## Dataset entries
════════════════════
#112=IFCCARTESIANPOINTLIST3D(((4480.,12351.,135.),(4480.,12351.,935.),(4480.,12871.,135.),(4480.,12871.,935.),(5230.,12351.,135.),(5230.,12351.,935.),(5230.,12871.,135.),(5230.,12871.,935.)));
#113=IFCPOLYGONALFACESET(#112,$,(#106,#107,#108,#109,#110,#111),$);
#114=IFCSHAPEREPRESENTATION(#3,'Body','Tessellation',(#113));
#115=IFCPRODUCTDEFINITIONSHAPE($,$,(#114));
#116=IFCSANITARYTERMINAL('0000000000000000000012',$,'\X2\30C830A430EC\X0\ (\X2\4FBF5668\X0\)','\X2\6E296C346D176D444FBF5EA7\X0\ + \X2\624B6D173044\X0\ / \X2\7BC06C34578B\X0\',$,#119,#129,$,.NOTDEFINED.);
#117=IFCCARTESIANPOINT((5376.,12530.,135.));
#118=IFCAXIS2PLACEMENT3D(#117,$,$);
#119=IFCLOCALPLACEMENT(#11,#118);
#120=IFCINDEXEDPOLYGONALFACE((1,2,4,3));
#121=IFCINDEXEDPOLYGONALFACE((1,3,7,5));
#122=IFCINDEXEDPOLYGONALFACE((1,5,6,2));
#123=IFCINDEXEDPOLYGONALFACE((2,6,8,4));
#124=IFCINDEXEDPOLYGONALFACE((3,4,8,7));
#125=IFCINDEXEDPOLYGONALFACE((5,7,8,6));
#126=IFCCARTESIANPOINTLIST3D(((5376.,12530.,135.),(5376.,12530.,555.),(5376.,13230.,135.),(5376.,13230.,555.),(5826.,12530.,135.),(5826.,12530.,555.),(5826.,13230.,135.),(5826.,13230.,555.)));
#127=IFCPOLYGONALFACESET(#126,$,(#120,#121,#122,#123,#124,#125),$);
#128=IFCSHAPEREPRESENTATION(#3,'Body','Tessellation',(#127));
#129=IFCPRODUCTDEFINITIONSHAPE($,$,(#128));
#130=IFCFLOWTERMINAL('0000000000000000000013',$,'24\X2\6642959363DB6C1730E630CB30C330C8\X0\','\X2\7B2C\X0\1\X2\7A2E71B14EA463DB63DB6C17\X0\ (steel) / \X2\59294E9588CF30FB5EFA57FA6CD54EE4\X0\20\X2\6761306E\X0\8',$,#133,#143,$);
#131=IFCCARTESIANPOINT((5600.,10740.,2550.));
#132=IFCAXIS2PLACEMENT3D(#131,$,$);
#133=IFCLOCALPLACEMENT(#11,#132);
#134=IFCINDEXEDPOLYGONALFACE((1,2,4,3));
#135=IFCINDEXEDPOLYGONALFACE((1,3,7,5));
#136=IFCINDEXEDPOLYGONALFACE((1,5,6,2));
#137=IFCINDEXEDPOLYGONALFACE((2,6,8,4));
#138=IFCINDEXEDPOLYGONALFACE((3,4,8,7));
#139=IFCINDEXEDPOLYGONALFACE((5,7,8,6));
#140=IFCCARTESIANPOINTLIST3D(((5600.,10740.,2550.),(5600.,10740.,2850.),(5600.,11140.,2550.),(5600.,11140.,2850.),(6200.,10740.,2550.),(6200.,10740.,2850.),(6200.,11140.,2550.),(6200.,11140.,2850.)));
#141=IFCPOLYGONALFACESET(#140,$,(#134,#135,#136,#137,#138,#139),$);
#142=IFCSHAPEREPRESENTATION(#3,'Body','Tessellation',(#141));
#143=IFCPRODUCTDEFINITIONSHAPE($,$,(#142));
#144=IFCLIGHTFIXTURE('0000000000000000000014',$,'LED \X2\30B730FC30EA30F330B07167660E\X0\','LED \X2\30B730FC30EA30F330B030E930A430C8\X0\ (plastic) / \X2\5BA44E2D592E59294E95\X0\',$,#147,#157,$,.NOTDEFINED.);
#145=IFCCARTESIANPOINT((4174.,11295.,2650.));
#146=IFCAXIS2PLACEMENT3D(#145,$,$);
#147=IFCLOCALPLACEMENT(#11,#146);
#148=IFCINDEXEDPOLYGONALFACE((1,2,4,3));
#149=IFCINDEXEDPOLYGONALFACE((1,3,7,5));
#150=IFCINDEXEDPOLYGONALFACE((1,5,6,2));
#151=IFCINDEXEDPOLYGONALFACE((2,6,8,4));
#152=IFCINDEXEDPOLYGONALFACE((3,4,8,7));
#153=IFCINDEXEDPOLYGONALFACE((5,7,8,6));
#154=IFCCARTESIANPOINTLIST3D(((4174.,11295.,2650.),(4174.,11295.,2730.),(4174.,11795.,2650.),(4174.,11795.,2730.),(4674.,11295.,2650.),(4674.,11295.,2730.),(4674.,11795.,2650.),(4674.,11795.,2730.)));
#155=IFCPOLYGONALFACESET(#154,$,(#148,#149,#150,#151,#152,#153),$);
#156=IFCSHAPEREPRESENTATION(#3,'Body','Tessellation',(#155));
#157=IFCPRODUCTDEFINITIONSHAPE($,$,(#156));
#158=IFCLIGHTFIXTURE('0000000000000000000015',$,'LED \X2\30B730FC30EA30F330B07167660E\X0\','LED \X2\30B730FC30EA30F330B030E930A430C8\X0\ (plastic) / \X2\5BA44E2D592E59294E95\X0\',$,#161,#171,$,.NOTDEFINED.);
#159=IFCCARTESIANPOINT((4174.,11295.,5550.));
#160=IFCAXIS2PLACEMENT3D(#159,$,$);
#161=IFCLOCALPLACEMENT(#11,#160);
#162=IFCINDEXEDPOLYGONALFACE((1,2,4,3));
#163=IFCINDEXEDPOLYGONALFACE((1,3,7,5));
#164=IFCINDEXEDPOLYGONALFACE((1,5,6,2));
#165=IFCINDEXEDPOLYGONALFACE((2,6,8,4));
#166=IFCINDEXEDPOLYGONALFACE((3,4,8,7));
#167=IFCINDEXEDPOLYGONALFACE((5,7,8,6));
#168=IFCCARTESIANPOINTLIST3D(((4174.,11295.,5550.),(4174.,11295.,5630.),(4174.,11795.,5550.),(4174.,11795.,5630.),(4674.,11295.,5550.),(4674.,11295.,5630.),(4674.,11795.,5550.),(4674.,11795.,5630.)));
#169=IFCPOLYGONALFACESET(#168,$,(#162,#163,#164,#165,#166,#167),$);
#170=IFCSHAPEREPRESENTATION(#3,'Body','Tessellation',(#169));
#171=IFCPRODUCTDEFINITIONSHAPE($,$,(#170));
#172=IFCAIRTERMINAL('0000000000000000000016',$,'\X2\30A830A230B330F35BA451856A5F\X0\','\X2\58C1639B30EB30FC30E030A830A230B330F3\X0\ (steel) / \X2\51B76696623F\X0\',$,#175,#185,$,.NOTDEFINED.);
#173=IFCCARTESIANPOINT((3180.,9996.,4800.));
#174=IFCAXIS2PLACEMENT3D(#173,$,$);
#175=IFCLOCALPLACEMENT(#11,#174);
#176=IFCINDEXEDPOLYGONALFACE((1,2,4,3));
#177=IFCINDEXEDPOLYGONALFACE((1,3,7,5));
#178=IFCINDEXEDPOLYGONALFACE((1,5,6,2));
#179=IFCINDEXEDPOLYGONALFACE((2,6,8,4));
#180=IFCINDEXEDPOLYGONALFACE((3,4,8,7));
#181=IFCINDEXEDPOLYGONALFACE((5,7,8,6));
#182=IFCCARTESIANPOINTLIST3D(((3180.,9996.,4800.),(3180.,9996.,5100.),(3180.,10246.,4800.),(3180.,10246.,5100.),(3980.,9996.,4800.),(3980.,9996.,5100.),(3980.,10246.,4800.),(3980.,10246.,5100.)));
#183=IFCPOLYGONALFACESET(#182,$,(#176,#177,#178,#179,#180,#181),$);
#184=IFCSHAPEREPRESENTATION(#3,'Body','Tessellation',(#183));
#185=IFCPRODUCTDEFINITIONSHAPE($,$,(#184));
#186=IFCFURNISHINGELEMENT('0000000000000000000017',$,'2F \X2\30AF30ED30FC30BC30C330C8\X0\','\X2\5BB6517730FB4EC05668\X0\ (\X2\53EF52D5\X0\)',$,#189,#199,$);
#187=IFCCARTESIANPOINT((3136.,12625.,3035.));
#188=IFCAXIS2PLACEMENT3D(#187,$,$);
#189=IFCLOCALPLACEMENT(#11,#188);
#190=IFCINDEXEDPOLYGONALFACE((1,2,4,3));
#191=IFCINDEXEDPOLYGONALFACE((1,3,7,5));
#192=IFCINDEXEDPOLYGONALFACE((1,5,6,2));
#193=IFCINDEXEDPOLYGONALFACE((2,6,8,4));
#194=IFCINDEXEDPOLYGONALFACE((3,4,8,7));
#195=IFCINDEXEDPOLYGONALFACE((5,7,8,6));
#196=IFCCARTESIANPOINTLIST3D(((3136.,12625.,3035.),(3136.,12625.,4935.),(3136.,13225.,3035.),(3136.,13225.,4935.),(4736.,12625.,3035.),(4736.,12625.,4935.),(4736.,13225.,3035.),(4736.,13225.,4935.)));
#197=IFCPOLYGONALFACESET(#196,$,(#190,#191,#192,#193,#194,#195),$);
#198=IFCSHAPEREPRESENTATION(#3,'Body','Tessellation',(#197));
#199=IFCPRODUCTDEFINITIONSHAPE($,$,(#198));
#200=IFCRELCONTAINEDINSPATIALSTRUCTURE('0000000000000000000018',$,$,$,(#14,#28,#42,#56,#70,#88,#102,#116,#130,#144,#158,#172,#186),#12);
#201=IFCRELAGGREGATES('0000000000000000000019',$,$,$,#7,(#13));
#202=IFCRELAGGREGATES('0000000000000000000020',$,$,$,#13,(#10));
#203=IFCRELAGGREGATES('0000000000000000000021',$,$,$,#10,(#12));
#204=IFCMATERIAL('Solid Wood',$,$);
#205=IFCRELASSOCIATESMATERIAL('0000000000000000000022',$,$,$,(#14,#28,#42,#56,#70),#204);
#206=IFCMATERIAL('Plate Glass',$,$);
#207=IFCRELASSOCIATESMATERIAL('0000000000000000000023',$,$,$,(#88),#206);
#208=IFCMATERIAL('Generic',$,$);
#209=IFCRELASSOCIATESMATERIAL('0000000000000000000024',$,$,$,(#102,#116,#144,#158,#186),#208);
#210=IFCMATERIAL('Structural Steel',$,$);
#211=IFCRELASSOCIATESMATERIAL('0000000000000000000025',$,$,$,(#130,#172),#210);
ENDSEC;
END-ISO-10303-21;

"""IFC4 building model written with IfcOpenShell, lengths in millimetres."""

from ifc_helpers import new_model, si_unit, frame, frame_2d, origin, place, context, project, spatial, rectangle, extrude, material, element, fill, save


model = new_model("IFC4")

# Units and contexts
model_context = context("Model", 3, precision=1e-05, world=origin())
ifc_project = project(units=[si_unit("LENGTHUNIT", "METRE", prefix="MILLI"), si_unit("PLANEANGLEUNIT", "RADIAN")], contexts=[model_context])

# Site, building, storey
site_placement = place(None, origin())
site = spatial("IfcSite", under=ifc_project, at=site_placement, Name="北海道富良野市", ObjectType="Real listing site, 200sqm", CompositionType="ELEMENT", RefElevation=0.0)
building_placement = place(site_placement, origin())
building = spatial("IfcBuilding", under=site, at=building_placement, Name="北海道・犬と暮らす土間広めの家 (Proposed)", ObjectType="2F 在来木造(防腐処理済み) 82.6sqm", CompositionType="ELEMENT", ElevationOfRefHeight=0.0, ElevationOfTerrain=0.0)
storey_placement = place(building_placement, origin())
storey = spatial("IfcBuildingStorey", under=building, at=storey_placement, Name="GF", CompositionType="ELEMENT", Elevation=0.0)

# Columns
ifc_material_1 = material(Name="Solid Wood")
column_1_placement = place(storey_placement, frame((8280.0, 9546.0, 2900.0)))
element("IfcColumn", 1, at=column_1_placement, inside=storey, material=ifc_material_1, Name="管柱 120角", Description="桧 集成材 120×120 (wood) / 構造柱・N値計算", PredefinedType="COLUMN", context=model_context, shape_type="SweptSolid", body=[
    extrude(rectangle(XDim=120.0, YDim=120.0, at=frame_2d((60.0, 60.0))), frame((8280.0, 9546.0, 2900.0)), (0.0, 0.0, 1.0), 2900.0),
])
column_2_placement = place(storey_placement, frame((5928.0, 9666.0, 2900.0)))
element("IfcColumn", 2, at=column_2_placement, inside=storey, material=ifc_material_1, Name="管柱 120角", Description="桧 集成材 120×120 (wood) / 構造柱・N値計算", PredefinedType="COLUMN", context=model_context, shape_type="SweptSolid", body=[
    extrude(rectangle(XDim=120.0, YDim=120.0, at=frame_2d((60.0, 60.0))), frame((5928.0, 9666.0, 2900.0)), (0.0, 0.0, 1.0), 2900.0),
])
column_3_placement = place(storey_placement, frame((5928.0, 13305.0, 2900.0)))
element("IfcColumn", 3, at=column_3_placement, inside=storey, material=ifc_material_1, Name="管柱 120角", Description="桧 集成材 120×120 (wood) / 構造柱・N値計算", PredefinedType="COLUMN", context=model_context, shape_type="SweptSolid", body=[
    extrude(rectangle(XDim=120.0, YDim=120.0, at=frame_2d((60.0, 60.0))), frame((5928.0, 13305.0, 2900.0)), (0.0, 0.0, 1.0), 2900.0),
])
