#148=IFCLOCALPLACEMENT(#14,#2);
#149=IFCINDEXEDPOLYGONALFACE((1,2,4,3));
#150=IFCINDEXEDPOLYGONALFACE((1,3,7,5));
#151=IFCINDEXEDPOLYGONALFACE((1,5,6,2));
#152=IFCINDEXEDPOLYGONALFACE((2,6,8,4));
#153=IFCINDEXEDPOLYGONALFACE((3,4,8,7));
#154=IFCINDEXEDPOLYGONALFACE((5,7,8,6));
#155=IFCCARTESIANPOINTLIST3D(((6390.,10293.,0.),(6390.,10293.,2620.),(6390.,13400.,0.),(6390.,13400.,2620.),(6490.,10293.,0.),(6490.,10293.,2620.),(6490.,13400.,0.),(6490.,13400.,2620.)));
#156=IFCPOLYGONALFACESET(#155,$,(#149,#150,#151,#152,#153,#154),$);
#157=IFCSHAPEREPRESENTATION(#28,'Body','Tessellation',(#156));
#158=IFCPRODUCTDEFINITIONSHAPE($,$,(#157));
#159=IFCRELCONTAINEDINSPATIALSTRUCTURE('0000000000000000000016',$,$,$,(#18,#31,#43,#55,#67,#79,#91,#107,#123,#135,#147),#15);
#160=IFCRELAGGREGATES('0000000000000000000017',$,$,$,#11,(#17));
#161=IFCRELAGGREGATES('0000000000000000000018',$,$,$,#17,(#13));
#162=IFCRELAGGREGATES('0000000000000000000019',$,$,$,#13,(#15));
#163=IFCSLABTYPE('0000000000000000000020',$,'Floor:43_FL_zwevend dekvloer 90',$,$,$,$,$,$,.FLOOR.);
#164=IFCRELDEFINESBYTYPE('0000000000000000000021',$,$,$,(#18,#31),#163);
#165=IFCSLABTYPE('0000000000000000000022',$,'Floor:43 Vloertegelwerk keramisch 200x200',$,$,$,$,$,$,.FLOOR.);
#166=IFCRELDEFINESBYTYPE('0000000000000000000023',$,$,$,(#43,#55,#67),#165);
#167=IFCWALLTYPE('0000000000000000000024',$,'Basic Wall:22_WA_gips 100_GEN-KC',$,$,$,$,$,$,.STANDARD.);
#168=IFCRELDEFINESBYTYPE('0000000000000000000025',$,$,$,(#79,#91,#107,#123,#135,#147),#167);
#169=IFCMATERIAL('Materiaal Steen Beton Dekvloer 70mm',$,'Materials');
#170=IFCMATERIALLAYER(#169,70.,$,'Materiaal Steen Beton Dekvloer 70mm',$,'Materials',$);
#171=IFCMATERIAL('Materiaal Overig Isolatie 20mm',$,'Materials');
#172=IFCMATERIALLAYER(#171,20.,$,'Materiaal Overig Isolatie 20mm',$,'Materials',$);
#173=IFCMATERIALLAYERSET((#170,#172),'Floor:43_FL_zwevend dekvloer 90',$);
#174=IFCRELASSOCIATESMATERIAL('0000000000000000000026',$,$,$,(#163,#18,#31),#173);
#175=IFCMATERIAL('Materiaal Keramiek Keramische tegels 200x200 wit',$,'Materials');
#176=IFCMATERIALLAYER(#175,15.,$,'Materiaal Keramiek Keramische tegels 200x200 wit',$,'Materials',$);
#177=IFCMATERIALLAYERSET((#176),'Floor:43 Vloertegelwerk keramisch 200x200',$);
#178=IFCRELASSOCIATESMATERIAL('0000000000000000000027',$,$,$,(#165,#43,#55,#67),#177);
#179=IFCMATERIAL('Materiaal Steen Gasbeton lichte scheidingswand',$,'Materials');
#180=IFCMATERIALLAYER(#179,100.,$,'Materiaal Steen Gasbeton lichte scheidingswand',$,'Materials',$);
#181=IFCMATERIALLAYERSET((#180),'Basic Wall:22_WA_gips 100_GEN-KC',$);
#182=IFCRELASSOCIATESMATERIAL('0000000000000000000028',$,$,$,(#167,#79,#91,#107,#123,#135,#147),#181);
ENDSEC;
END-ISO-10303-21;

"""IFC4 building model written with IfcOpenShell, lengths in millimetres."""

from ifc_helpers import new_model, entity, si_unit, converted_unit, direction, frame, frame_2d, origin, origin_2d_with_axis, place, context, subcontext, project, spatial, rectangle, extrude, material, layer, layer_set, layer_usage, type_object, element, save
════════════════════
## Exercise aim
Working from the records above, write out verbatim only the lines from the line containing "#149=IFCINDEXEDPOLYGONALFACE((1,3,7,5));" through the line containing "#157=IFCPRODUCTDEFINITIONSHAPE($,$,(#156));".

## Solved problem
#149=IFCINDEXEDPOLYGONALFACE((1,3,7,5));
#150=IFCINDEXEDPOLYGONALFACE((1,5,6,2));
#151=IFCINDEXEDPOLYGONALFACE((2,6,8,4));
#152=IFCINDEXEDPOLYGONALFACE((3,4,8,7));
#153=IFCINDEXEDPOLYGONALFACE((5,7,8,6));
#154=IFCCARTESIANPOINTLIST3D(((4174.,11295.,2650.),(4174.,11295.,2730.),(4174.,11795.,2650.),(4174.,11795.,2730.),(4674.,11295.,2650.),(4674.,11295.,2730.),(4674.,11795.,2650.),(4674.,11795.,2730.)));
#155=IFCPOLYGONALFACESET(#154,$,(#148,#149,#150,#151,#152,#153),$);
#156=IFCSHAPEREPRESENTATION(#3,'Body','Tessellation',(#155));
#157=IFCPRODUCTDEFINITIONSHAPE($,$,(#156));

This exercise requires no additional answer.